I was asked this quetsion in an interview I want to know bets possibel answers

let’s say you have Process A and Process B, okay? Process A is processing some thousands of records in a day, okay? N number. It may be 500, it may be 1000, it may be 2000 in a day. So there is no fixed amount of records on that particular day. It will process and it will generate some kind of an output. And that output is also stored in the Excel file, in the same Excel file where these 1000 records were read. Let’s say, assume that there is a column called Output and the Process Output will be stored in that output. Now, after this, there is one more process called Process B, which has a cutoff time to process, to complete the second leg of the process on all these records. And the input for Process B is the output column that has been generated by Process A. The input for Process B is Process A’s output, the one which you had stored in the output column while doing when the Process A was running. so Process A runs, it reads some of the data, it will do some process, it will generate some output and pushes it into the output column. That is the end of Process A. Process B has a cutoff time to process all these records and it will read only one single column, which is the output column. No other columns are being read. And it has to process within the cutoff time. so this is the process requirements or the run requirements. Now it is in production. Now, user will come back after a while, some like two or three months of production monitoring. He will come and say that Process B is missing out some of the records within that cutoff time. So the records are not processed within the cutoff time. So now this will come to you and he will say that, okay, could you please optimize these processes and see that all the records are processed by Process B within the set cutoff time. So the question is, what is that you will look into the existing code and what you will identify or what is required, you know, that needs to be done so that Process B is optimized. How can we do this

Hey @gopu_rpa

Let’s break down the requirements:

Process A -

  1. Processes thousands (varied volume of input data) of records in a day (with Queue? - if not add the input to Queue_ProcessA to track and monitor each transaction.)
  2. Generate Output and store in the excel file and also add to the queue (why not add to Queue_ProcessB) - make it more real time processing and for Queue based trigger of Processes B.

Process B:

Queue Based trigger for Process B- Once the item is loaded into the Queue_ProcessB, the Process B will start and completes in real time - no dependency on Process A to complete

So, both the processes are decoupled and meeting the cut-off time (SLAs for each transaction)

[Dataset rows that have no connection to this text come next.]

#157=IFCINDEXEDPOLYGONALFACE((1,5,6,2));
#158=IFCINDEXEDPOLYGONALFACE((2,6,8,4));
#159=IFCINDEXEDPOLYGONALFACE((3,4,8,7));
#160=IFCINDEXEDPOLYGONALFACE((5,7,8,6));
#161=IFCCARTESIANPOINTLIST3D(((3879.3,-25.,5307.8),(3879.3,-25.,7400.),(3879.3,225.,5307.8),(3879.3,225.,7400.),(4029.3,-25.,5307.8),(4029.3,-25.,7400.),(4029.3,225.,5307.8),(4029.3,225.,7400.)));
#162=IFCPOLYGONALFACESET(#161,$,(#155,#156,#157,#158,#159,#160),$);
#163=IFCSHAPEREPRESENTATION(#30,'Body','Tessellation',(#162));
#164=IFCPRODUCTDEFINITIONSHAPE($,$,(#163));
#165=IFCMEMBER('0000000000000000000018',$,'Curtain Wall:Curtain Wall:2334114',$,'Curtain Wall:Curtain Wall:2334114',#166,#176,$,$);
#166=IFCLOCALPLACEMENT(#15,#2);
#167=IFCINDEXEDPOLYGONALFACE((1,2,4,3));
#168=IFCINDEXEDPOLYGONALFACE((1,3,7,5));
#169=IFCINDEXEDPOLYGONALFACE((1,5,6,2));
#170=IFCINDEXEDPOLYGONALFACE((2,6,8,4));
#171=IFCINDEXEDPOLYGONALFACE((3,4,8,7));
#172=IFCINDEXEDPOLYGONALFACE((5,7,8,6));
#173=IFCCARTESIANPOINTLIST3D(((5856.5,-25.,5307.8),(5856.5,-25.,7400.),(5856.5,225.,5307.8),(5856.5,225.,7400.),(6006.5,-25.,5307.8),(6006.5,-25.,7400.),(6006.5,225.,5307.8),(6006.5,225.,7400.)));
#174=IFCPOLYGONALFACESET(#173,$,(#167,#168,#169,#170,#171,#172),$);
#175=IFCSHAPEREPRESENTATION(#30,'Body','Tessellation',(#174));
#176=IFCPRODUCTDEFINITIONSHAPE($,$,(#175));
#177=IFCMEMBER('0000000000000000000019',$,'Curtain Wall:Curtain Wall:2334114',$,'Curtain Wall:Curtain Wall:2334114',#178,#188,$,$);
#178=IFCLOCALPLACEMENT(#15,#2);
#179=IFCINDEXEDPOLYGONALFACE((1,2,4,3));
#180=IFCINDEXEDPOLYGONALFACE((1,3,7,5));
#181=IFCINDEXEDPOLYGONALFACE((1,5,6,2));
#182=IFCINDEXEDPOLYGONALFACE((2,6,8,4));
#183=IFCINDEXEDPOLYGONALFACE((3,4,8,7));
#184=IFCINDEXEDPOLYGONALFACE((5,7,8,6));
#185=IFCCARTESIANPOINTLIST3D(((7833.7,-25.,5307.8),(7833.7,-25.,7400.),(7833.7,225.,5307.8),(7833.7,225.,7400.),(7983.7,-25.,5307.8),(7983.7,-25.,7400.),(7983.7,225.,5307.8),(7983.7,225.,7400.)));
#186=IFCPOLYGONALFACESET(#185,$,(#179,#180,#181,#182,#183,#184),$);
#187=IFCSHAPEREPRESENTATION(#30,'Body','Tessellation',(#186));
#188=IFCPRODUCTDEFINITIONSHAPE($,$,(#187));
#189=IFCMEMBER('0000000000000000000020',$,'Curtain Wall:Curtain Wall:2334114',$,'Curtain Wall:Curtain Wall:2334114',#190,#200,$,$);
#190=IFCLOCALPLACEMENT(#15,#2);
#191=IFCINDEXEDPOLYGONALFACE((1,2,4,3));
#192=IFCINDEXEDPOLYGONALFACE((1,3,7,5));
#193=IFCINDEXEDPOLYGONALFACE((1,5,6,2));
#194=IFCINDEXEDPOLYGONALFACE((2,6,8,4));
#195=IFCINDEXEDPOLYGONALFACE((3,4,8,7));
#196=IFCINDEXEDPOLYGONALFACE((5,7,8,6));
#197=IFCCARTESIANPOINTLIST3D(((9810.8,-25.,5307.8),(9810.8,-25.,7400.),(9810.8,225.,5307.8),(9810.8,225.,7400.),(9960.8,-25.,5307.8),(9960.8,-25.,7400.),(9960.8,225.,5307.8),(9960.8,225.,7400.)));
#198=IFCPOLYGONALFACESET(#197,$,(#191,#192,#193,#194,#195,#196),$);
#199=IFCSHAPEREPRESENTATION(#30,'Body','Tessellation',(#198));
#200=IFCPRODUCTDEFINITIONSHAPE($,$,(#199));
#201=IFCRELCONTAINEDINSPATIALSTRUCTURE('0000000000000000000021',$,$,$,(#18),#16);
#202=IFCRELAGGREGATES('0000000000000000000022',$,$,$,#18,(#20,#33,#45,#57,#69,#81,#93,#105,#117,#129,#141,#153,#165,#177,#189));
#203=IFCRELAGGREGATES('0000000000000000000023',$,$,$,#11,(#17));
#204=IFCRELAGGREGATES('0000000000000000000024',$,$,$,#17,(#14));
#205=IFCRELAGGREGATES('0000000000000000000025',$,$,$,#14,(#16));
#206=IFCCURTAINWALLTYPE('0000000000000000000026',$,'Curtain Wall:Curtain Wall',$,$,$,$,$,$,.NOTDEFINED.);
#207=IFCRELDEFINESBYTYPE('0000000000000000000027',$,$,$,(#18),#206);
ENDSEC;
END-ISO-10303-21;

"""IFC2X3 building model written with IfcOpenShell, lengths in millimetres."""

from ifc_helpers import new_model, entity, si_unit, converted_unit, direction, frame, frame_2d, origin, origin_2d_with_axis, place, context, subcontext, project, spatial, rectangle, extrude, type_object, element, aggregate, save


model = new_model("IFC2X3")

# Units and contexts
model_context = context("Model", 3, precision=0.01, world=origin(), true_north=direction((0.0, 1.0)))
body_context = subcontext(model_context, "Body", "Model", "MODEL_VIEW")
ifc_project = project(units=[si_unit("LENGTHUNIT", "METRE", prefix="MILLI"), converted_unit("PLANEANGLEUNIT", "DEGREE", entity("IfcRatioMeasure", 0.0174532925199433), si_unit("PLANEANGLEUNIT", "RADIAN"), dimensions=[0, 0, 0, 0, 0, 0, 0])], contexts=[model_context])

We have also implemented like using shared drive and Queues (place the output file in shared drive and reading the file and add just new items to queue by enforcing uniqueness in the Queue)

Let me know if it helps or you have any questions.

Hi @gopu_rpa

You can use excel file and read range to read only the output column and avoid full‑sheet operations, move all heavy logic outside loops, prevent repeated excel open/close, and ensure process a closes the workbook cleanly without leaving locks.
Review process B for unnecessary lookups or delays and apply filter data table before looping to reduce the record volume. remove excess formatting to reduce excel load time, and when volumes grow, shift the data to data service or a database for stable throughput. you can also use linq for fast in‑memory filtering and transformation, and sql queries if the data is stored in a database to achieve the highest performance and meet the cutoff window.

Happy Automation

@gopu_rpa

one big bottle neck I see is Process A completing all records and then process B starts

instead change the model a little and add a queue trigger to process B and only output data is needed just add the data to queue as well at the end of process A for each transaction so the process B will satrt processing while process A is working on item 2 process B starts and processes item A..and this continues this way the time reduces

for this you need atleast two license

also other optimizations would be to check any static delays , any extra logics which can run in parallel etc

cheers

Eventually, this is not 1 process, but a process in two automated main steps, A and B. But from a result point of view it is still A + B = satisfied customer.

Eventually it is about capacity. The time for process A + the time for process B times the number of records is the total capacity time needed.

If part B of the process does not fit the window it is supposed to be executed in, there are a few possible causes:

  • A Takes too long, letting B start too late to finish
  • the total count of B is not possible at all to execute within the timeframe.

If you can start A sooner (I did nod read a time constraint here) you’d give B more time, helping on the 1st scenario.
If the second scenario is applicable, there is but one (global) solution: increase the capacity. Either by shortening the robot (can it be optimized to run smoother/faster etc), or by adding platform capacity, so in effect run B by multiple robots. The latter obviously being more expensive due to license consumption.

If nothing of the above is possible for you, the remainder would be to manage the expectation. You can calculate (by looking at time (A + B) * number of records) how many you can safely complete within the time window, and communicate that being the upper limit of your solution. Want more, pay more.